It can also be shown that the Killing tensor is given by (see appendix A of [15] for details)

$$\begin{equation}{K}^{\mu \nu }=f\left({x}^{1}\right){g}^{\mu \nu }-{L}^{\mu \nu }\left({x}^{1}\right)={{\Theta}}^{\mu \nu }\left({x}^{2}\right)-h\left({x}^{2}\right){g}^{\mu \nu },\end{equation} \tag{ 3 }$$

and so, the fourth constant of motion K reads

$$\begin{equation}K=f\left({x}^{1}\right)\kappa -{L}^{ij}\left({x}^{1}\right){p}_{i}{p}_{j}-{L}^{11}\left({x}^{1}\right){p}_{1}^{2}={{\Theta}}^{ij}\left({x}^{2}\right){p}_{i}{p}_{j}+{{\Theta}}^{22}\left({x}^{2}\right){p}_{2}^{2}-h\left({x}^{2}\right)\kappa .\end{equation} \tag{ 4 }$$

Note that each equation of (4) depends on a single coordinate.

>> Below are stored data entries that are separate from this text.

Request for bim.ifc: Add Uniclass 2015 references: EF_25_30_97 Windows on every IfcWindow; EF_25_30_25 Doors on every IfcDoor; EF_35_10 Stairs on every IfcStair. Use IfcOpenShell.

First a look at what the model holds.

```python
import ifcopenshell

model = ifcopenshell.open("bim.ifc")
print(model.schema)
print("classifications:", [c.Name for c in model.by_type("IfcClassification")])
for ifc_class in ("IfcDoor", "IfcRoof", "IfcStair", "IfcWall", "IfcWindow"):
    print(ifc_class, len(model.by_type(ifc_class)))
```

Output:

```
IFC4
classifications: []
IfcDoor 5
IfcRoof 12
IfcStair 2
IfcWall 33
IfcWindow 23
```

```python
import ifcopenshell
import ifcopenshell.api.classification

model = ifcopenshell.open("bim.ifc")

system = ifcopenshell.api.classification.add_classification(model, classification="Uniclass 2015")

codes = {
    "IfcWindow": ("EF_25_30_97", "Windows"),
    "IfcDoor": ("EF_25_30_25", "Doors"),
    "IfcStair": ("EF_35_10", "Stairs"),
}
for ifc_class, (code, name) in codes.items():
    products = model.by_type(ifc_class)
    ifcopenshell.api.classification.add_reference(
        model, products=products, classification=system, identification=code, name=name
    )
    print(code, len(products))

model.write("bim-out.ifc")
```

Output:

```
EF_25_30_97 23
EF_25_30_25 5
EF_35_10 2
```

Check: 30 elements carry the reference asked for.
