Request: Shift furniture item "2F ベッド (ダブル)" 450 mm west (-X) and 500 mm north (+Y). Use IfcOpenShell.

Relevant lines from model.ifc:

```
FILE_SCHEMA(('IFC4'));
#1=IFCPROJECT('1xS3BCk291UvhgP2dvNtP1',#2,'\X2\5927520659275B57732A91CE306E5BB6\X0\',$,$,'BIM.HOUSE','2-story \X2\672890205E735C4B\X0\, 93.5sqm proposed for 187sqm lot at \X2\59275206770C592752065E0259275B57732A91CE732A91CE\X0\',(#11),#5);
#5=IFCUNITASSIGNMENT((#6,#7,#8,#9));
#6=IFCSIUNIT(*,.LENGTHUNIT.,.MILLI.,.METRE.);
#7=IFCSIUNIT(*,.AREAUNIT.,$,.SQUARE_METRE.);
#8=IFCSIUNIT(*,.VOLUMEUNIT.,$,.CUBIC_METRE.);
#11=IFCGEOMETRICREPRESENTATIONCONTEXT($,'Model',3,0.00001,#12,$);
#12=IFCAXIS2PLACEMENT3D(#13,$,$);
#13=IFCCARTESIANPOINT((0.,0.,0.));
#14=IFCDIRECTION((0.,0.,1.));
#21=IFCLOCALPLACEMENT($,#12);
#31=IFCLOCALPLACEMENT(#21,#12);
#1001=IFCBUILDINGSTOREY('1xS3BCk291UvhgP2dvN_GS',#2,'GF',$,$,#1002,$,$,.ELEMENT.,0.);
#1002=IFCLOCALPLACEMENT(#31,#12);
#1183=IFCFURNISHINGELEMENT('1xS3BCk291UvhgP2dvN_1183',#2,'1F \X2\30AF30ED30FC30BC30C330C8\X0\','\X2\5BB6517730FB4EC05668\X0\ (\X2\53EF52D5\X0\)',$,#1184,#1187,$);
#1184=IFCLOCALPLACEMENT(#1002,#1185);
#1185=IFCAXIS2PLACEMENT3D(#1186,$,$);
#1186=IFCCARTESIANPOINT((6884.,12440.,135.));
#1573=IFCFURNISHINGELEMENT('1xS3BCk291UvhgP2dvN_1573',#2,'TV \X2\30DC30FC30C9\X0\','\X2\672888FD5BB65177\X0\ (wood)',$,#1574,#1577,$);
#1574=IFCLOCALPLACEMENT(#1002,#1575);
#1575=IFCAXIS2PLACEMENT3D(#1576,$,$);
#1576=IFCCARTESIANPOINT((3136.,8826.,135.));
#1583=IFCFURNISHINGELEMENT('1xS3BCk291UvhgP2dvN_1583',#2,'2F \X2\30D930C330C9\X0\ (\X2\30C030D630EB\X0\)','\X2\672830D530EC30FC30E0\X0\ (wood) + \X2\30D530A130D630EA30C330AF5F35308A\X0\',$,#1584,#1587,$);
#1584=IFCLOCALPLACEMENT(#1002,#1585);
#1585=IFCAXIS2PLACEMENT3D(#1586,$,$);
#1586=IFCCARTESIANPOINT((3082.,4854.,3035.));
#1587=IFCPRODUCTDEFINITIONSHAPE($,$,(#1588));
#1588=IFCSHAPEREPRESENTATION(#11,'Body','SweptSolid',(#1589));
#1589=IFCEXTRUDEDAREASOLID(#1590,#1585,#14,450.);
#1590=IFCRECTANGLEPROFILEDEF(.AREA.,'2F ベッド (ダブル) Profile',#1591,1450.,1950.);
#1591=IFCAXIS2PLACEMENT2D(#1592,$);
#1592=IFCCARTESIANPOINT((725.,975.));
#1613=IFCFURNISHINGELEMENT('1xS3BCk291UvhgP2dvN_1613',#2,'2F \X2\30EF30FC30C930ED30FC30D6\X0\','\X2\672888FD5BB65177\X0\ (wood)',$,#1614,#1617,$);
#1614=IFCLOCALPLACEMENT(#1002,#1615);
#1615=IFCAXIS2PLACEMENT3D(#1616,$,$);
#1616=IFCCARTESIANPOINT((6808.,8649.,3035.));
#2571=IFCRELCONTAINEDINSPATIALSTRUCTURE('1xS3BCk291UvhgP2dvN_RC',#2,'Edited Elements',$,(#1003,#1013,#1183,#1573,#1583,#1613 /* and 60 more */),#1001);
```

```python
import ifcopenshell
import ifcopenshell.api.geometry
import ifcopenshell.util.placement

model = ifcopenshell.open("model.ifc")

item = model.by_guid("1xS3BCk291UvhgP2dvN_1583")
matrix = ifcopenshell.util.placement.get_local_placement(item.ObjectPlacement)
matrix[0, 3] -= 450.0
matrix[1, 3] += 500.0
ifcopenshell.api.geometry.edit_object_placement(model, product=item, matrix=matrix, is_si=False)

print(ifcopenshell.util.placement.get_local_placement(item.ObjectPlacement).round(3) + 0.0)

model.write("model_edited.ifc")
```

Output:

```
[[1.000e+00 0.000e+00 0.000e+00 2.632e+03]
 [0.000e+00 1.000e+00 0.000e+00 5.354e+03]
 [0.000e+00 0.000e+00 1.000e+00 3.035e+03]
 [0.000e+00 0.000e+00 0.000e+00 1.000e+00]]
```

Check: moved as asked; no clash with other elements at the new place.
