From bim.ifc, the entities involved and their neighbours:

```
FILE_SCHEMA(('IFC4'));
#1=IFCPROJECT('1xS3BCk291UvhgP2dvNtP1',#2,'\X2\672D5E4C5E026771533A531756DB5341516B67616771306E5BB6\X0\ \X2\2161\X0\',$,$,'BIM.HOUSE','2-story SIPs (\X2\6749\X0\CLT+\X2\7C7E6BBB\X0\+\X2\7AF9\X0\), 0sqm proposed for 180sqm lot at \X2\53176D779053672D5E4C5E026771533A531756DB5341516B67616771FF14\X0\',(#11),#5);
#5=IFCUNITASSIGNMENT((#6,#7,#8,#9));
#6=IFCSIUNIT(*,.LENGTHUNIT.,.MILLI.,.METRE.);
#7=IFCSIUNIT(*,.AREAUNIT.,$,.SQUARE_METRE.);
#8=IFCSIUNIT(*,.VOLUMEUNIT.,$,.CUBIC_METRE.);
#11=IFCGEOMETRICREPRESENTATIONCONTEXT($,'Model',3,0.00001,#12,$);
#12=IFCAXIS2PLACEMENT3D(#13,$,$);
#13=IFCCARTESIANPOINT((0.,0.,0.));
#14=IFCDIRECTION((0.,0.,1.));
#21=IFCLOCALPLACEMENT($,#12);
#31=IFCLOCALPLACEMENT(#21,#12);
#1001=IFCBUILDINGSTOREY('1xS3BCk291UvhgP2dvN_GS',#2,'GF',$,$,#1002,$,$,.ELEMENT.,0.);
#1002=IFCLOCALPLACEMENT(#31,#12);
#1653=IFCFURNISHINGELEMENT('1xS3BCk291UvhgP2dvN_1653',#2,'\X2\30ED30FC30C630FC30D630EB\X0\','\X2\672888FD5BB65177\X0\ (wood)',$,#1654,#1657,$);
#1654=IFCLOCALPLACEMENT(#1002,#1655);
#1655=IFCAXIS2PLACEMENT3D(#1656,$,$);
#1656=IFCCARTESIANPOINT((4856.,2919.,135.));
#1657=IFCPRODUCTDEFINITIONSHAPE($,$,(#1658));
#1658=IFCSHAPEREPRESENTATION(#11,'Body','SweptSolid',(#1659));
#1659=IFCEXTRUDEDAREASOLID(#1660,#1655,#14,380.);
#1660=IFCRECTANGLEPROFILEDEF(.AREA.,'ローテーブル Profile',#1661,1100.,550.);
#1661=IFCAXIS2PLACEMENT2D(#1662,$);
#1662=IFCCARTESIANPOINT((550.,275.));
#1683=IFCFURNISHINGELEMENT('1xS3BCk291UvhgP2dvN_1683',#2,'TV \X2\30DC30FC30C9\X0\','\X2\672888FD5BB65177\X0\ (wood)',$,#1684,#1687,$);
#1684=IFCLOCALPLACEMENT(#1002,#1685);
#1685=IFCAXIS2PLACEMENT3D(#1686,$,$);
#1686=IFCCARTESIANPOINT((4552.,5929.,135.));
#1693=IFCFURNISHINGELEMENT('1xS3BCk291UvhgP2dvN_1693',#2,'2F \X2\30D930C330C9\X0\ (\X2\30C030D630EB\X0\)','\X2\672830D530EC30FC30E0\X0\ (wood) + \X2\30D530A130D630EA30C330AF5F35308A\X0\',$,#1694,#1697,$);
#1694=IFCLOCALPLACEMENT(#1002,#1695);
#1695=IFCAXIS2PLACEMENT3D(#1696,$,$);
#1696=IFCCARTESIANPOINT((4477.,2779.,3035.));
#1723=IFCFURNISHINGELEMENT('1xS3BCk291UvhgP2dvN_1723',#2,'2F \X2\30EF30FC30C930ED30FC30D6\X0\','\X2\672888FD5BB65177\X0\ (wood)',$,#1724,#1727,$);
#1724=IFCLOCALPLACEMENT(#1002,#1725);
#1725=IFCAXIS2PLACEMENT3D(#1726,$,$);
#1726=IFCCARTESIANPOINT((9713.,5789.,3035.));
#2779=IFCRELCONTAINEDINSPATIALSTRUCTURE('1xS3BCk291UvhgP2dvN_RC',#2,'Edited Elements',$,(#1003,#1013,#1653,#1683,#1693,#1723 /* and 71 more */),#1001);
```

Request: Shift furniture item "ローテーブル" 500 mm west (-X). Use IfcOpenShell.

```python
import ifcopenshell
import ifcopenshell.api.geometry
import ifcopenshell.util.placement
import ifcopenshell.util.unit

model = ifcopenshell.open("bim.ifc")
unit_scale = ifcopenshell.util.unit.calculate_unit_scale(model)

item = model.by_guid("1xS3BCk291UvhgP2dvN_1653")
matrix = ifcopenshell.util.placement.get_local_placement(item.ObjectPlacement)
matrix[0, 3] -= 0.5 / unit_scale
ifcopenshell.api.geometry.edit_object_placement(model, product=item, matrix=matrix, is_si=False)

print(ifcopenshell.util.placement.get_local_placement(item.ObjectPlacement).round(3) + 0.0)

model.write("bim_v2.ifc")
```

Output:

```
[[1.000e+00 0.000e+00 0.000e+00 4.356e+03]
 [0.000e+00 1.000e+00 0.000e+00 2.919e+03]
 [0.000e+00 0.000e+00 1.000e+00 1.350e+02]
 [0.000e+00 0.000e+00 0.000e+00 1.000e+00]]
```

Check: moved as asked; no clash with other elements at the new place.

Lemma 2. In a space–time (M, g_μν ) with properties (a) to (d), the conformal factor τ can be defined to be positive definite in a time-like neighborhood N of σ, and then ${\left.{\tilde {g}}^{\;A\enspace A}\right\vert }_{N}{ >}0$ for both A = 1, 2.

Proof. In a stationary, axially symmetric, and circular space–time with a time-like singularity σ, the vectors ∂/∂x^A are everywhere space-like in a neighborhood N of σ. This implies that ${\left.\nabla \tau \right\vert }_{N}$ is space-like too. Using the adapted coordinates $\left\{{x}^{\mu }\right\}$ and the conformal form of the metric of property (d), we have ${\left.{g}_{A\enspace A}\right\vert }_{N}={\left.\tau /{\tilde {g}}^{\;A\enspace A}\right\vert }_{N}{ >}0$. We can identify the quantities appearing in the inverse metric (2) with the conformal factor and unphysical metric as τ = f(x¹) + h(x²), and ${\tilde {g}}^{\mu \nu }={L}^{\mu \nu }\left({x}^{1}\right)+{{\Theta}}^{\mu \nu }\left({x}^{2}\right)$.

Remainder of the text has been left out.